We have another college football snowman fan in the stands. pic.twitter.com/MmMg2a9UxN

— Chris Vannini (@ChrisVannini) November 19, 2022
Tennessee vs. South Carolina


Three days ago, I was arguing Tennessee still had a good chance to make the playoffs. Those dreams were dashed Saturday when they were absolutely annihilated by the Gamecocks, 63-38.

The Gamecocks have been a very middle-of-the-road team all season ... average enough to be forgettable. Boy, did they change the narrative on Saturday night? It was a heartbreaker for Vols fans who saw a real path to glory after years of being the SEC laughing stock. Their win against Alabama was the apex of a season that felt a bit like a dream ... until Saturday reminded them that often, being a Vols fan is actually just a nightmare. Smoky, the goodest boy, did not deserve that.

To add insult to injury, Tennessee quarterback Hendon Hooker went down with a torn ACL and will miss the remainder of the season, likely ending his Heisman hopes if the two losses hadn’t already done so.

On the other side, you have to hand it to the unranked Gamecocks for this victory. They looked fantastic, and it was their coach Shane Beamer’s first win over a top-five team. If shocking underdog wins are your thing, this was the game for you.

Pac-12 After Dark


USC and UCLA delivered a bar fight of a rivalry game.

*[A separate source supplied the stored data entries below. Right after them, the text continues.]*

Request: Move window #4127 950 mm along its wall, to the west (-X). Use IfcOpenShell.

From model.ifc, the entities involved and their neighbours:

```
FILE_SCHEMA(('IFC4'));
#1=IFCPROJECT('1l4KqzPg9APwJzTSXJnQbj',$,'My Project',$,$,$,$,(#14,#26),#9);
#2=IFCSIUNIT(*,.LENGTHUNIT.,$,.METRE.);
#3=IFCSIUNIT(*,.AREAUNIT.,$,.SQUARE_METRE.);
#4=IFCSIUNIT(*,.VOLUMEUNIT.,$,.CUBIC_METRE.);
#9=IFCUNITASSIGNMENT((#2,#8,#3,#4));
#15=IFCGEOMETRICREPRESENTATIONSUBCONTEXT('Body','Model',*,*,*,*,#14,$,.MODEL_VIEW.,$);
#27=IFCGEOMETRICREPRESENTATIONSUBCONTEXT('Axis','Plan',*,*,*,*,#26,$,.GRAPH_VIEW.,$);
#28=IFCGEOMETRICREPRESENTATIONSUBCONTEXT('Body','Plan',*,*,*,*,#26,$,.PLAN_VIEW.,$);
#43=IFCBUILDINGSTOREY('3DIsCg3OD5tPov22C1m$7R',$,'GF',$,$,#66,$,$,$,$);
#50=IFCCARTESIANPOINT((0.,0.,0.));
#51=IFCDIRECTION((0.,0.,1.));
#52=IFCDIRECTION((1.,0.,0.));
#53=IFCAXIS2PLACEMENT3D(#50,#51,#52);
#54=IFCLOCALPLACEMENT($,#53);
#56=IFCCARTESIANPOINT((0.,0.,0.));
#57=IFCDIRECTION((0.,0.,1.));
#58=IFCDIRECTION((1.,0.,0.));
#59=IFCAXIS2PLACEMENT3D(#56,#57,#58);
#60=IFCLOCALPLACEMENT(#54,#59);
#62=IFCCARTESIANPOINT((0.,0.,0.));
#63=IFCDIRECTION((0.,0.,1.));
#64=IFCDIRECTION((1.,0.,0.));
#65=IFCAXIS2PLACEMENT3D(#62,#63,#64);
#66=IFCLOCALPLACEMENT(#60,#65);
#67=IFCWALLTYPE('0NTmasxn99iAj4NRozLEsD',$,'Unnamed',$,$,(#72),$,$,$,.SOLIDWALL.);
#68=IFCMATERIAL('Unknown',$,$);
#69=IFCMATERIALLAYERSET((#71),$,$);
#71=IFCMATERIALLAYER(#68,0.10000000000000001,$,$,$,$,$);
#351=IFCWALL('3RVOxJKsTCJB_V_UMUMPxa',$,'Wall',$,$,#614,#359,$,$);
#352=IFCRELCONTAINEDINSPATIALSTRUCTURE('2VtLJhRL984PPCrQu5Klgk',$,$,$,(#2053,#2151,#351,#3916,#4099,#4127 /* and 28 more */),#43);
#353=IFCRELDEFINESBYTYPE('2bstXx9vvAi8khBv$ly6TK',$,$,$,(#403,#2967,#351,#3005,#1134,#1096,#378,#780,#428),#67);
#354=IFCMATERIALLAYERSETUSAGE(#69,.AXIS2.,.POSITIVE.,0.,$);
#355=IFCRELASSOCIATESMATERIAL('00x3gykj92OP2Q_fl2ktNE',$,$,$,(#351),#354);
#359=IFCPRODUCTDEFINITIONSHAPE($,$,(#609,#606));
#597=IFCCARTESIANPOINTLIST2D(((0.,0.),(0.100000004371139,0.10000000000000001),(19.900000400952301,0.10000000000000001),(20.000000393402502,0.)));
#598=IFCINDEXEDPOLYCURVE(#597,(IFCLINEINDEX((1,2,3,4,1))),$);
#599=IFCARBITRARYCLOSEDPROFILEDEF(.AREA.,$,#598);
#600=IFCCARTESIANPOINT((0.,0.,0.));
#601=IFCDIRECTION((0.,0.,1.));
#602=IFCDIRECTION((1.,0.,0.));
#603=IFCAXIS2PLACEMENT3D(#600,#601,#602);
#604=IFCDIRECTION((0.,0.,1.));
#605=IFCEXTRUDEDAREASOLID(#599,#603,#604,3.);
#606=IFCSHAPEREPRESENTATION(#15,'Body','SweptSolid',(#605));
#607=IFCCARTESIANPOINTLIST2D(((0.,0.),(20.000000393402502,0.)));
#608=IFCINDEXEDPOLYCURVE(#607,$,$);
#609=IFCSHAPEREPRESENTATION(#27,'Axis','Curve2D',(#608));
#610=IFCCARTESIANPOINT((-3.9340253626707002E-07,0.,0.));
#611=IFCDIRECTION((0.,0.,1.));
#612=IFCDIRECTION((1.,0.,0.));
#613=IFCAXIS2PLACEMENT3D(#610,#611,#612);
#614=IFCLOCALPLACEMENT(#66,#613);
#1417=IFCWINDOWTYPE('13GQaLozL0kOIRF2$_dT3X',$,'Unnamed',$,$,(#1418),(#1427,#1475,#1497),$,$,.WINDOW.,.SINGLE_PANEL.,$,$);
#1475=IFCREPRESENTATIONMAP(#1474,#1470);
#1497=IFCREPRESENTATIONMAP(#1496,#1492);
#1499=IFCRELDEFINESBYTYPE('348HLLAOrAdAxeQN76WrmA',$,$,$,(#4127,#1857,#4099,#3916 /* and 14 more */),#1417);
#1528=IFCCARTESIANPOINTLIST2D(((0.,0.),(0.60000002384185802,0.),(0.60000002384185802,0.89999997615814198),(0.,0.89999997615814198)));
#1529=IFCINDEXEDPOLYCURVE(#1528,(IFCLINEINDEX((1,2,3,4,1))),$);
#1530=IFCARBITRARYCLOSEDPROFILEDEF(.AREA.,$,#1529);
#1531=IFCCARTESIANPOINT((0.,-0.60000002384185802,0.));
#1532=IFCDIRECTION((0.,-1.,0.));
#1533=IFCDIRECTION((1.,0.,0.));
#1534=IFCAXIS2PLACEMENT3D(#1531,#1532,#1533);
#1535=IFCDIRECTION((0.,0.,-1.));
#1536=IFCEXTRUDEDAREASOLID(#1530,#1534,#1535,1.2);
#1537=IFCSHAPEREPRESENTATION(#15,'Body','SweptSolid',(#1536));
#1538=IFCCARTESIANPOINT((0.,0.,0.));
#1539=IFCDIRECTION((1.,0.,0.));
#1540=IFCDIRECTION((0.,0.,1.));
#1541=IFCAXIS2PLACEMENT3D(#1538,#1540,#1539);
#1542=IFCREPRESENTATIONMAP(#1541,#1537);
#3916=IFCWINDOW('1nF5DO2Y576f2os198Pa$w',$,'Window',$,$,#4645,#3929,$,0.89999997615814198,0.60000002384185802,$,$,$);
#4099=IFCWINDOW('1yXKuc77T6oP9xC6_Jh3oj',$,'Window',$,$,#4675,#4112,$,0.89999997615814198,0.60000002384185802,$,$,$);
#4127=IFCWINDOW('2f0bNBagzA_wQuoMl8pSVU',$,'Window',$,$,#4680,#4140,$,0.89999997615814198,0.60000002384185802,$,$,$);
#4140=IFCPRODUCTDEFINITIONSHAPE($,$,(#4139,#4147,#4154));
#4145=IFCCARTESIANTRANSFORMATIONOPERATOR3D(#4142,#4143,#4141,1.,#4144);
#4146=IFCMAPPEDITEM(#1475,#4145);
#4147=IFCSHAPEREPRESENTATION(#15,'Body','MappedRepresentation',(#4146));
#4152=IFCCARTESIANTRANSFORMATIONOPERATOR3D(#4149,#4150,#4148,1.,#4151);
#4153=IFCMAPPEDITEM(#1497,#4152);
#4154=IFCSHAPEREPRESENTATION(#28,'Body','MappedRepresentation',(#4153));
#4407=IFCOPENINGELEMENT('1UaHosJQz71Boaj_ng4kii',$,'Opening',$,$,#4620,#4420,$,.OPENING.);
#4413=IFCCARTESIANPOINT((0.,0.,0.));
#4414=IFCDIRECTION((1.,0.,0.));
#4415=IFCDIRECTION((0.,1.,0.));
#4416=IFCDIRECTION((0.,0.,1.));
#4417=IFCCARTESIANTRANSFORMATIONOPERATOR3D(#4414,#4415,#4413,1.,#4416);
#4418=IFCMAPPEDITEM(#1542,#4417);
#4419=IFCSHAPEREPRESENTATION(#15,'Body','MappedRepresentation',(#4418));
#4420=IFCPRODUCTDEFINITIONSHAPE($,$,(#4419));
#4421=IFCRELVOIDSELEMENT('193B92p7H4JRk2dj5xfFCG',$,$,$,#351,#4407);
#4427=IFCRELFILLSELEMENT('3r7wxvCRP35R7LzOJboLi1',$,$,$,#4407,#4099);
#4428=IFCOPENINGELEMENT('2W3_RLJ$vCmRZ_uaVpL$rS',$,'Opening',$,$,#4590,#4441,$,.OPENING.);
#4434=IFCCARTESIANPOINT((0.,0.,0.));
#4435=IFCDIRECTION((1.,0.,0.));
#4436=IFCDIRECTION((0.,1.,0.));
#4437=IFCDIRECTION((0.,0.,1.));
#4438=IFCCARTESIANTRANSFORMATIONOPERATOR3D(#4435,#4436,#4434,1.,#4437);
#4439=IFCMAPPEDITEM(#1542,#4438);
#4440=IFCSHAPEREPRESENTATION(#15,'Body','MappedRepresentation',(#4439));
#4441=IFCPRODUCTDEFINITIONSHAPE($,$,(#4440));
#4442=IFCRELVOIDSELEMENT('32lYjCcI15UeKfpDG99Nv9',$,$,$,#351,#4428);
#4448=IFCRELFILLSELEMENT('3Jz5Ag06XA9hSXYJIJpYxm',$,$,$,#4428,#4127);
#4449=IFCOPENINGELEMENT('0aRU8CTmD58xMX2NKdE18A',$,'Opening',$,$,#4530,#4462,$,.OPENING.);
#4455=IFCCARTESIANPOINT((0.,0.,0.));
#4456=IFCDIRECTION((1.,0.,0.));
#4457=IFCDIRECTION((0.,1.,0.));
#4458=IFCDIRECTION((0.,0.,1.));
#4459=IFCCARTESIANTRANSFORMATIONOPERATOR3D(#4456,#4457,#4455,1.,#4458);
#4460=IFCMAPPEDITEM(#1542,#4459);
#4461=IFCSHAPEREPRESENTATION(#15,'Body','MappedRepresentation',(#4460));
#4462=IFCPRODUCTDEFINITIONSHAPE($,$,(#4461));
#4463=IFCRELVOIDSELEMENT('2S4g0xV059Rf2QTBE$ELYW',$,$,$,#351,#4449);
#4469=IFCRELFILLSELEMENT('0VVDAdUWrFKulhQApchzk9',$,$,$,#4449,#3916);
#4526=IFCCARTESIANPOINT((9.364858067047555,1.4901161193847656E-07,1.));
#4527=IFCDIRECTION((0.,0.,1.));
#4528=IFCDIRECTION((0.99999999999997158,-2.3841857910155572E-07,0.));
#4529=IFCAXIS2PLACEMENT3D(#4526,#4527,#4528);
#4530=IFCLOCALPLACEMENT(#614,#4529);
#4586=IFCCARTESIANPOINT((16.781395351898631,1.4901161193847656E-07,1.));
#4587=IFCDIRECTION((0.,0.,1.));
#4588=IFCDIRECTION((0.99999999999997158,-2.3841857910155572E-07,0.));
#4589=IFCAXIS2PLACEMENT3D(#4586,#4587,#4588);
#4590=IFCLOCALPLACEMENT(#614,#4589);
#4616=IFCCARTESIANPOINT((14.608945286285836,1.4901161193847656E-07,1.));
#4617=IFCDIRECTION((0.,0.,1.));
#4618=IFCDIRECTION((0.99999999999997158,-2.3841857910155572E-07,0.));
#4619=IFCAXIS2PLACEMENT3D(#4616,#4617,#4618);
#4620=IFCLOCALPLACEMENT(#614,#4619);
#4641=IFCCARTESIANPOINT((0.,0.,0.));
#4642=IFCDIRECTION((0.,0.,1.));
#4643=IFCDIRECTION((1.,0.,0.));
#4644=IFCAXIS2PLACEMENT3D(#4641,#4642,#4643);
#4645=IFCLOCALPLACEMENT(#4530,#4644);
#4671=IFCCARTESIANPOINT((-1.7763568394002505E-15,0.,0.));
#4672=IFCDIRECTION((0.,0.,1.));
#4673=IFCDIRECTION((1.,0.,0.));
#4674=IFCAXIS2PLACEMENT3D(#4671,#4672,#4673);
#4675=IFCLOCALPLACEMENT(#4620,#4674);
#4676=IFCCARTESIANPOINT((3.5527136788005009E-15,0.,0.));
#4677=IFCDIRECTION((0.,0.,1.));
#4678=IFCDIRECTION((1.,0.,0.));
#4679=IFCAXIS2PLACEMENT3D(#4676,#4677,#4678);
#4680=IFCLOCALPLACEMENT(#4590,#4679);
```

```python
import ifcopenshell
import ifcopenshell.api.geometry
import ifcopenshell.util.placement

model = ifcopenshell.open("model.ifc")

window = model.by_id(4127)
opening = window.FillsVoids[0].RelatingOpeningElement
wall = opening.VoidsElements[0].RelatingBuildingElement

wall_matrix = ifcopenshell.util.placement.get_local_placement(wall.ObjectPlacement)
shift = wall_matrix[:3, 0] * -0.95
before = ifcopenshell.util.placement.get_local_placement(window.ObjectPlacement)[:3, 3].copy()

# The window is placed relative to its opening, so it follows when the opening moves.
matrix = ifcopenshell.util.placement.get_local_placement(opening.ObjectPlacement)
matrix[:3, 3] += shift
ifcopenshell.api.geometry.edit_object_placement(
    model, product=opening, matrix=matrix, is_si=False, should_transform_children=True
)

after = ifcopenshell.util.placement.get_local_placement(window.ObjectPlacement)[:3, 3]
print("window moved by", (after - before).round(3) + 0.0)

model.write("model_v2.ifc")
```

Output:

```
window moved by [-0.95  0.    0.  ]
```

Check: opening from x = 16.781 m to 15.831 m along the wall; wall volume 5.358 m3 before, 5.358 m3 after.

While USC looked like a burly, brawny guy who could knock you out with one right hook, UCLA was the scrappy guy who just keeps swinging until something connects.

And the result was a game that ultimately came down to UCLA quarterback Dorian Thompson-Robinson’s interception on the Bruins’ final drive, positioning USC to win this game by a mere three points.

Though the margin of victory was small, the implications were huge, as this game put the Trojans in a genuine position to sneak into the playoffs.

And it wasn’t just USC and UCLA delivering excitement late into the night. Oregon and Utah delivered a defensive showdown that also ended in a mere three-point victory. Now, if Oregon wins against Oregon State next week, they could be USC’s final roadblock to the playoffs. Assuming both teams win out (but as a chaos monger, I am obligated to remind you what they say about people who assume), they’ll meet in the Pac-12 Championship in two weeks in a game that could determine whether USC gets to return to postseason conversations for the first time since Pete Carroll was running the show.